# Goal of the exercise
Exactly the lines from the opening of the data through the line containing "#201=IFCPRODUCTDEFINITIONSHAPE($,$,(#200));" should be reproduced, please, with nothing added.

(Collected data)
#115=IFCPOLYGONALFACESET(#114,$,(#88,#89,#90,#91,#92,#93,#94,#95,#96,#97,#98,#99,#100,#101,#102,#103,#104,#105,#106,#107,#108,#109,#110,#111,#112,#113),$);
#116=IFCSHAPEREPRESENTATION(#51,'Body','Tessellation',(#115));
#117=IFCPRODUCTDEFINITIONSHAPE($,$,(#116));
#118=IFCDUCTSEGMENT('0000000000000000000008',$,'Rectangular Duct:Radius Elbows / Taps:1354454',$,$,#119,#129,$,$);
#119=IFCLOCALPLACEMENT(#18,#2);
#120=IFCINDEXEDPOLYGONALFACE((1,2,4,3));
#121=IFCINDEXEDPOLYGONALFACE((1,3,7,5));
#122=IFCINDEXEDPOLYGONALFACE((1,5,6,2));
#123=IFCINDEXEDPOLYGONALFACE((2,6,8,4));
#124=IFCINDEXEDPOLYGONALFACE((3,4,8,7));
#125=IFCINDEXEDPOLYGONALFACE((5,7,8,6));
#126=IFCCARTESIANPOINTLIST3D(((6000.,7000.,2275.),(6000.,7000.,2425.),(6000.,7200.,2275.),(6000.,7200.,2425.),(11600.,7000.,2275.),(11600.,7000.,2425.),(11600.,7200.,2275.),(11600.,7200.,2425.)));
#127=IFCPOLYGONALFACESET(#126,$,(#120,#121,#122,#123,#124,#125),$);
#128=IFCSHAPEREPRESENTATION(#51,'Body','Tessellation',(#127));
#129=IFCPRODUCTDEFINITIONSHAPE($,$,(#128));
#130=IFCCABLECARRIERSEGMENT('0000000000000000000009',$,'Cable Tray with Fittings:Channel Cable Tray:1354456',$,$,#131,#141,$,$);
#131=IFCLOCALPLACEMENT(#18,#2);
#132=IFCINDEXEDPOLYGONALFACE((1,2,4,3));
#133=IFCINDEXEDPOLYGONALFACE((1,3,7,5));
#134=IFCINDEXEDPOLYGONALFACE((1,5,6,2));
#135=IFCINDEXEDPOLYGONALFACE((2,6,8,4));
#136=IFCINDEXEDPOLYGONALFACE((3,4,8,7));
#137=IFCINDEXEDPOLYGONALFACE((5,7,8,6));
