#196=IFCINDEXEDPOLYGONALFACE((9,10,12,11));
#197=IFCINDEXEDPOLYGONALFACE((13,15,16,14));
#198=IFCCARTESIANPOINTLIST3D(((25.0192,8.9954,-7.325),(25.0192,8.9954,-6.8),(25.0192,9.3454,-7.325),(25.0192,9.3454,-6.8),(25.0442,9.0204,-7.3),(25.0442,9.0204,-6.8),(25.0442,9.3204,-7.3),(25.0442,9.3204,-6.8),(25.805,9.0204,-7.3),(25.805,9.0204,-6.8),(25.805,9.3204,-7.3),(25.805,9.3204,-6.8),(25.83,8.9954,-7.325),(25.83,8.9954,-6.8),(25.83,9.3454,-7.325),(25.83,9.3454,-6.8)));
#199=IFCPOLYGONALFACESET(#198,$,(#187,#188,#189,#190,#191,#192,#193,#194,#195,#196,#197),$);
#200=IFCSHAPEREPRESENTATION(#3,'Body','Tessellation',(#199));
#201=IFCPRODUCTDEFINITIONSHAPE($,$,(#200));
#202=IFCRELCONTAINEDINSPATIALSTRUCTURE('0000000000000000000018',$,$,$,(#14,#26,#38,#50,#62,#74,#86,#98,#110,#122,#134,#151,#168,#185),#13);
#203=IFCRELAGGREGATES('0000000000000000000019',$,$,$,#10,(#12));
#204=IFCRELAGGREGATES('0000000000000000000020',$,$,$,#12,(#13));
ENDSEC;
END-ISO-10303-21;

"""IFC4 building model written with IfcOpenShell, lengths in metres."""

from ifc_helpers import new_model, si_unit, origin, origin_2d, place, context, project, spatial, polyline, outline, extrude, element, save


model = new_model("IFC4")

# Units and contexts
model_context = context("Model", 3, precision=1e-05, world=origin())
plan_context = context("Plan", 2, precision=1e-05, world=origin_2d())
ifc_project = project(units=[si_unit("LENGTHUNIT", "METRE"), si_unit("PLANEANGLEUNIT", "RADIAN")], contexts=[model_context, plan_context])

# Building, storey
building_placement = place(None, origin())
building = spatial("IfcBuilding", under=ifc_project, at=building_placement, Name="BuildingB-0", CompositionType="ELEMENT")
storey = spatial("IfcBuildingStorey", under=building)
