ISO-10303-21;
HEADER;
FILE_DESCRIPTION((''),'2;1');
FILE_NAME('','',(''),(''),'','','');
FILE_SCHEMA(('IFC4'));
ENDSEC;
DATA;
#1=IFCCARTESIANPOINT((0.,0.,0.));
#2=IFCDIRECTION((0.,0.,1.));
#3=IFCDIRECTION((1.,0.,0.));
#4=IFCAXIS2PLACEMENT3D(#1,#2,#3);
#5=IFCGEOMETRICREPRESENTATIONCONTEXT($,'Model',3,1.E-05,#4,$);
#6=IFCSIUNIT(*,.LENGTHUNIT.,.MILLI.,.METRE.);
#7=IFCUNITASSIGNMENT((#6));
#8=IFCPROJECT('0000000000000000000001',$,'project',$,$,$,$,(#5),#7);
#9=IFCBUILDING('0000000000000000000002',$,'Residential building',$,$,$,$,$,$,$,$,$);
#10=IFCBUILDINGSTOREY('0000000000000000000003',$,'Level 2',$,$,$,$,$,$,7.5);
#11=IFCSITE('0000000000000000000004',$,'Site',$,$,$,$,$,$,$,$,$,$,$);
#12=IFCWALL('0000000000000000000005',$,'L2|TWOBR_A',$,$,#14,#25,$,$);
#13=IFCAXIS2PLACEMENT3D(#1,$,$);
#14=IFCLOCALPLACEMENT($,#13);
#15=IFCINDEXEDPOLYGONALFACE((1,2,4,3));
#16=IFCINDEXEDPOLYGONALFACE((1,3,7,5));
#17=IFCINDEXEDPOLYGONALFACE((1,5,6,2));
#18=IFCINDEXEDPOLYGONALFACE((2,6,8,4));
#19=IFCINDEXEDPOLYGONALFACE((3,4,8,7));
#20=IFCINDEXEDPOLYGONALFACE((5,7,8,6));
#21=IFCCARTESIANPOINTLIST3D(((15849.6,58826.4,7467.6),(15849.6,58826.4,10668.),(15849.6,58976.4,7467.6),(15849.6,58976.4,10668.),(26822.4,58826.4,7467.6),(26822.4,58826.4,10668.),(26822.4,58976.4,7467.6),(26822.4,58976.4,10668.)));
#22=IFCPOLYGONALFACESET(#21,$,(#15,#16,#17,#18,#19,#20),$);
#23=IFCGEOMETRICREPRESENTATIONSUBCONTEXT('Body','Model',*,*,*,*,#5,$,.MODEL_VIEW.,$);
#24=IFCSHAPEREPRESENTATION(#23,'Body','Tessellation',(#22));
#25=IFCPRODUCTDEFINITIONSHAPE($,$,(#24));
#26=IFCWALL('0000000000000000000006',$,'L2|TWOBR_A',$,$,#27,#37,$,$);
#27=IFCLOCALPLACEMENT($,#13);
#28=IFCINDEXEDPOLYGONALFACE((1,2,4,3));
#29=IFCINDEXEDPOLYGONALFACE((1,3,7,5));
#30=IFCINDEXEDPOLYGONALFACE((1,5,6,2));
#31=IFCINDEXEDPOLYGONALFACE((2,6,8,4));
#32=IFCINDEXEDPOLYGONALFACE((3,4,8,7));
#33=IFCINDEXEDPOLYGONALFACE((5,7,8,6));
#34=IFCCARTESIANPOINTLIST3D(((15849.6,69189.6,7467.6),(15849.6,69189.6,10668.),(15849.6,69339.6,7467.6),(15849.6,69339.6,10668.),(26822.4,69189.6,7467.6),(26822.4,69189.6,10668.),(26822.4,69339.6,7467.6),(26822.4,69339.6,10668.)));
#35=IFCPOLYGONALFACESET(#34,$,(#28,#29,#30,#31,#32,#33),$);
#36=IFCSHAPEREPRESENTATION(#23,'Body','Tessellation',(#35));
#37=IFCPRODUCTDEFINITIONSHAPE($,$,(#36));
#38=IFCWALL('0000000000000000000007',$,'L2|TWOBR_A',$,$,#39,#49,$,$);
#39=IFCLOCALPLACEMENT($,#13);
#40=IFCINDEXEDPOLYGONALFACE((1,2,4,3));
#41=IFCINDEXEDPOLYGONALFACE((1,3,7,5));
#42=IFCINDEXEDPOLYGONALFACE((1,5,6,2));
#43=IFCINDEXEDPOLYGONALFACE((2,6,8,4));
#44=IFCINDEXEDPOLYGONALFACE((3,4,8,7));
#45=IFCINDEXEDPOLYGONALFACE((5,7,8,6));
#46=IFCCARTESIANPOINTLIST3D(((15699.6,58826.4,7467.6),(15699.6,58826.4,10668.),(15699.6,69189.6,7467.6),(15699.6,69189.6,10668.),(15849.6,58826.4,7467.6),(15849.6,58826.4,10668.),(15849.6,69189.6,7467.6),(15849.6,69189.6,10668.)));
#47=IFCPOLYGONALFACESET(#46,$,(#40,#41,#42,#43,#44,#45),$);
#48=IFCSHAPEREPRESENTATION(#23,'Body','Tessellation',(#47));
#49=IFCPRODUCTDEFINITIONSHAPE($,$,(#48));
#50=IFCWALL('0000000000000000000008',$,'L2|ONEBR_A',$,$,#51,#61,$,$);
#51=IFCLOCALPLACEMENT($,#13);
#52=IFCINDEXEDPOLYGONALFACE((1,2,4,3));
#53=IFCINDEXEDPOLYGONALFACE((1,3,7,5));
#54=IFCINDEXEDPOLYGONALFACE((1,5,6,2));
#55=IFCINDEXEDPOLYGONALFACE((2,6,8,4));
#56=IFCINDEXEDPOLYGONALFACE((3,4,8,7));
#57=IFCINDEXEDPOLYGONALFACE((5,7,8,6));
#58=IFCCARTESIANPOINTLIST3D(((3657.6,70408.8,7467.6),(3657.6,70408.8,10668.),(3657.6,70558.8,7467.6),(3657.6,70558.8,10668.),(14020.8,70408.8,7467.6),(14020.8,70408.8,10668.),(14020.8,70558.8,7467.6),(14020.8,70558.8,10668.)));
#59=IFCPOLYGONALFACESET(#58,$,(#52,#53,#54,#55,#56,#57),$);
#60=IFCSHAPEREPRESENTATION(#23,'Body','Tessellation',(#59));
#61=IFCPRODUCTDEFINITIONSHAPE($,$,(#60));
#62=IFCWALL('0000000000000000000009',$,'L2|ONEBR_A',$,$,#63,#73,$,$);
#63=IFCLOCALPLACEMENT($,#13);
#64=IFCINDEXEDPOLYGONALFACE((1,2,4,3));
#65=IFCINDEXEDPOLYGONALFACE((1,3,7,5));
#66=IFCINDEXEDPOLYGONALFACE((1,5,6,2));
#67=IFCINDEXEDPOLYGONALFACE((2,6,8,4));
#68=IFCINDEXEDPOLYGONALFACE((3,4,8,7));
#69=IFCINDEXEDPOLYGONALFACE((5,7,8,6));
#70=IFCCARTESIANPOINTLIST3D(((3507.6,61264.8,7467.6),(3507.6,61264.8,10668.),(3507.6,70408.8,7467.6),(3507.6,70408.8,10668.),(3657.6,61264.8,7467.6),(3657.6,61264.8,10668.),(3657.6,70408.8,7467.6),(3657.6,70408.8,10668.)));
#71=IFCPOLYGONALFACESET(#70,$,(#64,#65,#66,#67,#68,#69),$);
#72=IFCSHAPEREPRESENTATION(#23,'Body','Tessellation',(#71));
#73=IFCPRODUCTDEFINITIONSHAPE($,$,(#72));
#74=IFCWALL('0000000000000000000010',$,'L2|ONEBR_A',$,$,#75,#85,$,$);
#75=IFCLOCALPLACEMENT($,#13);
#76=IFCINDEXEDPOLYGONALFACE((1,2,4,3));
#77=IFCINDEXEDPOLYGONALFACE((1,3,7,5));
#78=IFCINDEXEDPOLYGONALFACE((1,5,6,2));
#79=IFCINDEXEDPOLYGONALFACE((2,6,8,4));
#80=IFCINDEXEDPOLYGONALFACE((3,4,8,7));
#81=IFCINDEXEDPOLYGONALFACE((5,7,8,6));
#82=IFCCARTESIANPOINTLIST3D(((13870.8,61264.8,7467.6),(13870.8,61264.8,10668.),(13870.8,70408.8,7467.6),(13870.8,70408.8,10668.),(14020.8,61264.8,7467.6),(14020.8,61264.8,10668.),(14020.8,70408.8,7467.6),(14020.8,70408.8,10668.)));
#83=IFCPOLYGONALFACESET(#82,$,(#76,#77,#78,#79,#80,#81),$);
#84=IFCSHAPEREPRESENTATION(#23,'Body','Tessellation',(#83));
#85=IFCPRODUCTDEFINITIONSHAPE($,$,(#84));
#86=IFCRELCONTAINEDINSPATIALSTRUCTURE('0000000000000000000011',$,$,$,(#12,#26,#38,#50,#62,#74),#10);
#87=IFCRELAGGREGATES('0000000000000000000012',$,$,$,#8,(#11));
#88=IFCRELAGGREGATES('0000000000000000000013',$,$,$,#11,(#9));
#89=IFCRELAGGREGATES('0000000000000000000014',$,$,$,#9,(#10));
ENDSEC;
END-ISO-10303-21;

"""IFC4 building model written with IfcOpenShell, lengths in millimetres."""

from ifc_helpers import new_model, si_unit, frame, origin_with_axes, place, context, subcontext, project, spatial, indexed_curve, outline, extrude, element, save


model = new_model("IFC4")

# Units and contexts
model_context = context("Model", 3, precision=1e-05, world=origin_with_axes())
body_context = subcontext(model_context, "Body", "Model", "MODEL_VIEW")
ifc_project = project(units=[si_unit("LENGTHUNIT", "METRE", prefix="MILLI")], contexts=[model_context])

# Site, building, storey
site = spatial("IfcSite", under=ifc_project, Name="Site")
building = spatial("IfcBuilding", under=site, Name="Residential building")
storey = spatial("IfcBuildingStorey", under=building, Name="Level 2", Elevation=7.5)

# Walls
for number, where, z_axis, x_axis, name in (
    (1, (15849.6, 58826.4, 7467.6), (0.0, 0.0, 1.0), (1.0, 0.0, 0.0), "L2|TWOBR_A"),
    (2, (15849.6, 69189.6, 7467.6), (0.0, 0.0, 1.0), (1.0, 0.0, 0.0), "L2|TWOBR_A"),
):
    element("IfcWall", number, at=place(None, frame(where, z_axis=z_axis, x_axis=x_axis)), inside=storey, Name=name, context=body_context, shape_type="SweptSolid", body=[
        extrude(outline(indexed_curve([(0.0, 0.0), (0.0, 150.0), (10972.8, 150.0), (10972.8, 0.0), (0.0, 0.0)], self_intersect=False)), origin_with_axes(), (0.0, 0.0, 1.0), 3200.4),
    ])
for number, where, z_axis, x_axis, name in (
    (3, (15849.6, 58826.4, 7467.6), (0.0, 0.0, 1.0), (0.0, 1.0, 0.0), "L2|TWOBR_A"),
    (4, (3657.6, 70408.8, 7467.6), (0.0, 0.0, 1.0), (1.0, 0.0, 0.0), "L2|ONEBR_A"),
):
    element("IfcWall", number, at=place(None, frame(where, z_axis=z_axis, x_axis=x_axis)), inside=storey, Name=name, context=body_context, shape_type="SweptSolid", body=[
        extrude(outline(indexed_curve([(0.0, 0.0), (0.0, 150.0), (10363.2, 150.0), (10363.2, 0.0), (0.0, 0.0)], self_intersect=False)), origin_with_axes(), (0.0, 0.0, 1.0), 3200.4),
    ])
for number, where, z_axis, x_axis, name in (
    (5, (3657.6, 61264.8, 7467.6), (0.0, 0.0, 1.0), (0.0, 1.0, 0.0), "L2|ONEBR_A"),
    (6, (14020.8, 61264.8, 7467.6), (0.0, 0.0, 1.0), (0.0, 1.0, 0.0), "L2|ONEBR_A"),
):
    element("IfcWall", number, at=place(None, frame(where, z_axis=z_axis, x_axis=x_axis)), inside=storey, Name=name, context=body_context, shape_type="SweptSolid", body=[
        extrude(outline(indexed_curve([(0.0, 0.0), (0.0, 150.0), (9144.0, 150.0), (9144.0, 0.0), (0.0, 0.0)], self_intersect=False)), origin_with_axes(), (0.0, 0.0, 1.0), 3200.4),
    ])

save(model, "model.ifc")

# Response to this task
#115=IFCPOLYGONALFACESET(#114,$,(#88,#89,#90,#91,#92,#93,#94,#95,#96,#97,#98,#99,#100,#101,#102,#103,#104,#105,#106,#107,#108,#109,#110,#111,#112,#113),$);
#116=IFCSHAPEREPRESENTATION(#51,'Body','Tessellation',(#115));
#117=IFCPRODUCTDEFINITIONSHAPE($,$,(#116));
#118=IFCDUCTSEGMENT('0000000000000000000008',$,'Rectangular Duct:Radius Elbows / Taps:1354454',$,$,#119,#129,$,$);
#119=IFCLOCALPLACEMENT(#18,#2);
#120=IFCINDEXEDPOLYGONALFACE((1,2,4,3));
#121=IFCINDEXEDPOLYGONALFACE((1,3,7,5));
#122=IFCINDEXEDPOLYGONALFACE((1,5,6,2));
#123=IFCINDEXEDPOLYGONALFACE((2,6,8,4));
#124=IFCINDEXEDPOLYGONALFACE((3,4,8,7));
#125=IFCINDEXEDPOLYGONALFACE((5,7,8,6));
#126=IFCCARTESIANPOINTLIST3D(((6000.,7000.,2275.),(6000.,7000.,2425.),(6000.,7200.,2275.),(6000.,7200.,2425.),(11600.,7000.,2275.),(11600.,7000.,2425.),(11600.,7200.,2275.),(11600.,7200.,2425.)));
#127=IFCPOLYGONALFACESET(#126,$,(#120,#121,#122,#123,#124,#125),$);
#128=IFCSHAPEREPRESENTATION(#51,'Body','Tessellation',(#127));
#129=IFCPRODUCTDEFINITIONSHAPE($,$,(#128));
#130=IFCCABLECARRIERSEGMENT('0000000000000000000009',$,'Cable Tray with Fittings:Channel Cable Tray:1354456',$,$,#131,#141,$,$);
#131=IFCLOCALPLACEMENT(#18,#2);
#132=IFCINDEXEDPOLYGONALFACE((1,2,4,3));
#133=IFCINDEXEDPOLYGONALFACE((1,3,7,5));
#134=IFCINDEXEDPOLYGONALFACE((1,5,6,2));
#135=IFCINDEXEDPOLYGONALFACE((2,6,8,4));
#136=IFCINDEXEDPOLYGONALFACE((3,4,8,7));
#137=IFCINDEXEDPOLYGONALFACE((5,7,8,6));
#196=IFCINDEXEDPOLYGONALFACE((9,10,12,11));
#197=IFCINDEXEDPOLYGONALFACE((13,15,16,14));
#198=IFCCARTESIANPOINTLIST3D(((25.0192,8.9954,-7.325),(25.0192,8.9954,-6.8),(25.0192,9.3454,-7.325),(25.0192,9.3454,-6.8),(25.0442,9.0204,-7.3),(25.0442,9.0204,-6.8),(25.0442,9.3204,-7.3),(25.0442,9.3204,-6.8),(25.805,9.0204,-7.3),(25.805,9.0204,-6.8),(25.805,9.3204,-7.3),(25.805,9.3204,-6.8),(25.83,8.9954,-7.325),(25.83,8.9954,-6.8),(25.83,9.3454,-7.325),(25.83,9.3454,-6.8)));
#199=IFCPOLYGONALFACESET(#198,$,(#187,#188,#189,#190,#191,#192,#193,#194,#195,#196,#197),$);
#200=IFCSHAPEREPRESENTATION(#3,'Body','Tessellation',(#199));
#201=IFCPRODUCTDEFINITIONSHAPE($,$,(#200));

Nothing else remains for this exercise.